My children love croutons! Admittedly, I love croutons as well. I think they are a fabulous snack all by themselves or tossed into a soup or salad. Most people don’t realize how easy it is to make their own croutons. These gluten-free cornbread croutons are so easy to make and so delicious!
Throughout the week, we eat many meatless meals “just because” but during Lent our family never eats meat on Fridays so I try to get creative with easy and vegetarian Friday meals. This past week, I decided to serve Black Bean Soup with Cornbread Croutons. It was a great combination.
For this “recipe” I used leftover corn bread, sliced it into crouton sized pieces, drizzled them with olive oil and spices, and toasted them in the oven.

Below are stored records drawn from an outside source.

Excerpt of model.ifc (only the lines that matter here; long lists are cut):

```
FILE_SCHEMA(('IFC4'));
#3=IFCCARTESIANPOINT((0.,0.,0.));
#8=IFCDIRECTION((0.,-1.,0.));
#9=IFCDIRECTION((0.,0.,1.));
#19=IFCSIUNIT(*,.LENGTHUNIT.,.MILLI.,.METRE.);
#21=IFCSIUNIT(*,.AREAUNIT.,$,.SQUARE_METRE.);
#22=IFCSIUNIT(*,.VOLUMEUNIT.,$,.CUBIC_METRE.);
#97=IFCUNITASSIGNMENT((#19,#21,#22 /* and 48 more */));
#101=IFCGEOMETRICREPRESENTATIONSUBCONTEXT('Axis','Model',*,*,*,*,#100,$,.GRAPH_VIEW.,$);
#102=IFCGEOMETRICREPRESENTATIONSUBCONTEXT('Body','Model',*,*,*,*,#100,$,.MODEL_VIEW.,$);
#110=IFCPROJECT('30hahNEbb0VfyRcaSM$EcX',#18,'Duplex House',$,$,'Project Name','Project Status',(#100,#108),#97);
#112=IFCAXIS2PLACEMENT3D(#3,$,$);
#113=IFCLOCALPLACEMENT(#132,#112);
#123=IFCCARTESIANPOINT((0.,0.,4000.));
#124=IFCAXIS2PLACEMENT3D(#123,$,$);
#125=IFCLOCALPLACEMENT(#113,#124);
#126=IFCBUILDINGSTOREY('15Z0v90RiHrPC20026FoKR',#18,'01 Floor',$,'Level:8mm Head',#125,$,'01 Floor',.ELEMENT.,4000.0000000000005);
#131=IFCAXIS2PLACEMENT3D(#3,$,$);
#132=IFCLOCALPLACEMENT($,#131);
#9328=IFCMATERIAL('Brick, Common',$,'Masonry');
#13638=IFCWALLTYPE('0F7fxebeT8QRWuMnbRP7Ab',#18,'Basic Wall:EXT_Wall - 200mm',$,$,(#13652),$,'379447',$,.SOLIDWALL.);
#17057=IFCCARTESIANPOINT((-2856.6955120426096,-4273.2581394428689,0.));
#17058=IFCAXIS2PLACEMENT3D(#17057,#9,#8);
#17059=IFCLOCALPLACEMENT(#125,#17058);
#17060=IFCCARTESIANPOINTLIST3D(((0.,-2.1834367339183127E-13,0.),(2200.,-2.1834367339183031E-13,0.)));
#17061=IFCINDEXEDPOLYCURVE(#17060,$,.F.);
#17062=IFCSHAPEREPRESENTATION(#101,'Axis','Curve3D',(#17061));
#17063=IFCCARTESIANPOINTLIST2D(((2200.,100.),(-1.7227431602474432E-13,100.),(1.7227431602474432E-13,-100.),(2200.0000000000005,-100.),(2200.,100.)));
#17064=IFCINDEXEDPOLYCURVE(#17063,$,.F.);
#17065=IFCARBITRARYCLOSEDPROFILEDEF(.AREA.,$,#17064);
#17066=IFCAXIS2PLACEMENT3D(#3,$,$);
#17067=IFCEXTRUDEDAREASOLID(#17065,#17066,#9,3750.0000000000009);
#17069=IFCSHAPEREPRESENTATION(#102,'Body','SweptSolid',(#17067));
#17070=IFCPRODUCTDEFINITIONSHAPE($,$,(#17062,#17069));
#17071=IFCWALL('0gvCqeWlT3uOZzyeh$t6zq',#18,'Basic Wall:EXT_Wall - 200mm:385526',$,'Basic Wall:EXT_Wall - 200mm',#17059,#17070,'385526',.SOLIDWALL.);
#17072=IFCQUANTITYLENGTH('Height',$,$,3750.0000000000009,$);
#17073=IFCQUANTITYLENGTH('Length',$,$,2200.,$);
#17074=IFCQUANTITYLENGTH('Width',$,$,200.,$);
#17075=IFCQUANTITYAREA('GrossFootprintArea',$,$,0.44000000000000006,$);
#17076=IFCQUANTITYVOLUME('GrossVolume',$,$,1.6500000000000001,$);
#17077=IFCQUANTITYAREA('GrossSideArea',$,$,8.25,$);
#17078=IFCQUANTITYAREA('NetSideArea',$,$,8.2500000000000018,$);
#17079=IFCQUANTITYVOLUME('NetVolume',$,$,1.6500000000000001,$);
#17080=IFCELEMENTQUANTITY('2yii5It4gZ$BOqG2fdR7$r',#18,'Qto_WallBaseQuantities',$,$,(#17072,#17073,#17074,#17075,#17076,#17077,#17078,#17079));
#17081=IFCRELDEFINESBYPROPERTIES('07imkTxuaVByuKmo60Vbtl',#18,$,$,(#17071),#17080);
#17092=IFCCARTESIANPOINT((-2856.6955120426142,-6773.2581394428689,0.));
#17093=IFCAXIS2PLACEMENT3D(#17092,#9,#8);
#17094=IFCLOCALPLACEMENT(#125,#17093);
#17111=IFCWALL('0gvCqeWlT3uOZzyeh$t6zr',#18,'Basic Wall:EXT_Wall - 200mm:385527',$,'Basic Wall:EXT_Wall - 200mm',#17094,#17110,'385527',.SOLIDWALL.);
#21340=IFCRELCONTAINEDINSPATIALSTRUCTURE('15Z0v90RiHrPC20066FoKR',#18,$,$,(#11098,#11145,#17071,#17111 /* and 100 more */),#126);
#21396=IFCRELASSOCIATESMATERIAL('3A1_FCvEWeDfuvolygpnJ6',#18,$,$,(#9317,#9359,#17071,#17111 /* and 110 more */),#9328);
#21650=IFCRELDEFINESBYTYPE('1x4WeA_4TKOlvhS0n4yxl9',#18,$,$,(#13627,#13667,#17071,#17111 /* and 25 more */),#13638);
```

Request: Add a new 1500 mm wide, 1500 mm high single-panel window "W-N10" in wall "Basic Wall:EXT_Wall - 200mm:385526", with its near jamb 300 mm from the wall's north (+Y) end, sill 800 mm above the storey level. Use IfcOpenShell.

```python
import numpy as np
import ifcopenshell
import ifcopenshell.api.feature
import ifcopenshell.api.geometry
import ifcopenshell.api.pset
import ifcopenshell.api.root
import ifcopenshell.api.spatial
import ifcopenshell.geom
import ifcopenshell.util.element
import ifcopenshell.util.placement
import ifcopenshell.util.representation
import ifcopenshell.util.shape
import ifcopenshell.util.unit

model = ifcopenshell.open("model.ifc")
unit_scale = ifcopenshell.util.unit.calculate_unit_scale(model)
area_scale = ifcopenshell.util.unit.calculate_unit_scale(model, "AREAUNIT")
volume_scale = ifcopenshell.util.unit.calculate_unit_scale(model, "VOLUMEUNIT")
settings = ifcopenshell.geom.settings()


def volume(element):
    """Net volume in cubic metres, openings subtracted."""
    shape = ifcopenshell.geom.create_shape(settings, element)
    return ifcopenshell.util.shape.get_volume(shape.geometry)


wall = model.by_guid("0gvCqeWlT3uOZzyeh$t6zq")
storey = ifcopenshell.util.element.get_container(wall, ifc_class="IfcBuildingStorey")
context = ifcopenshell.util.representation.get_context(model, "Model", "Body", "MODEL_VIEW")
before = volume(wall)

width, height, from_end, sill = 1.5, 1.5, 0.3, 0.8  # metres

# The wall runs along its own X axis, and the end named is its -X end.
wall_shape = ifcopenshell.geom.create_shape(settings, wall)
x, y, z = ifcopenshell.util.shape.get_vertices(wall_shape.geometry).T
start = x.min() + from_end
face, thickness = float(y.min()), float(y.max() - y.min())
wall_matrix = ifcopenshell.util.placement.get_local_placement(wall.ObjectPlacement)
level = ifcopenshell.util.placement.get_local_placement(storey.ObjectPlacement)[2, 3]


def in_wall(x, y):
    """Placement at x, y metres in the wall's axes, at sill height."""
    matrix = wall_matrix.copy()
    matrix[:, 3] = wall_matrix @ np.array([x / unit_scale, y / unit_scale, 0.0, 1.0])
    matrix[2, 3] = level + sill / unit_scale
    return matrix


# Opening: a box that overshoots both wall faces by 50 mm.
opening = ifcopenshell.api.root.create_entity(model, ifc_class="IfcOpeningElement", predefined_type="OPENING")
box = ifcopenshell.api.geometry.add_wall_representation(
    model, context=context, length=width, height=height, thickness=thickness + 0.1
)
ifcopenshell.api.geometry.assign_representation(model, product=opening, representation=box)
ifcopenshell.api.geometry.edit_object_placement(model, product=opening, matrix=in_wall(start, face - 0.05), is_si=False)
ifcopenshell.api.feature.add_feature(model, feature=opening, element=wall)

window = ifcopenshell.api.root.create_entity(model, ifc_class="IfcWindow", name="W-N10", predefined_type="WINDOW")
window.OverallWidth, window.OverallHeight = width / unit_scale, height / unit_scale
window.PartitioningType = "SINGLE_PANEL"
body = ifcopenshell.api.geometry.add_window_representation(
    model,
    context=context,
    overall_width=window.OverallWidth,
    overall_height=window.OverallHeight,
    partition_type="SINGLE_PANEL",
)
ifcopenshell.api.geometry.assign_representation(model, product=window, representation=body)
ifcopenshell.api.spatial.assign_container(model, products=[window], relating_structure=storey)
ifcopenshell.api.feature.add_filling(model, opening=opening, element=window)

# Centre the window in the wall's thickness.
ifcopenshell.api.geometry.edit_object_placement(model, product=window, matrix=in_wall(start, face), is_si=False)
window_shape = ifcopenshell.geom.create_shape(settings, window)
depth = ifcopenshell.util.shape.get_vertices(window_shape.geometry)[:, 1]
offset = face + thickness / 2 - (depth.min() + depth.max()) / 2
ifcopenshell.api.geometry.edit_object_placement(model, product=window, matrix=in_wall(start, offset), is_si=False)

after = volume(wall)

# Update the wall's stored quantities.
qto = model.by_id(ifcopenshell.util.element.get_pset(wall, "Qto_WallBaseQuantities", should_inherit=False)["id"])
ifcopenshell.api.pset.edit_qto(model, qto=qto, properties={
    "NetSideArea": after / thickness / area_scale,
    "NetVolume": after / volume_scale,
})

print(f"wall volume {before:.3f} -> {after:.3f} m3")

model.write("model_edited.ifc")
```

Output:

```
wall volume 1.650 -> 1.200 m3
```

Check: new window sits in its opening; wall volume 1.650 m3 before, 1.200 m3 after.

So easy! So delicious! Bob’s Red Mill makes a great gluten free Cornbread Flour Mix and one package makes a large amount of corn bread – even too much for the six of us to eat. A few days after I made a batch of corn bread I still had about 1/2 of it remaining. Croutons are best made from bread that is not fresh – croutons are the perfect use for bread that is a few days old.
Directions: Cut bread into bite-sized pieces, put into a large bowl. Drizzle with olive oil. Season with your favorite spices – you can use sea salt, crushed garlic, pepper, or nothing at all. Gently toss the bread using your hands or two large spoons. Spread bread on a cookie pan (I used parchment paper to prevent sticking.) Cook at 375 degrees for about 20 to 25 minutes. Using a spatula, roughly turn the bread about halfway through the cooking time. If your oven seems to run hot, you might be done by 20 minutes.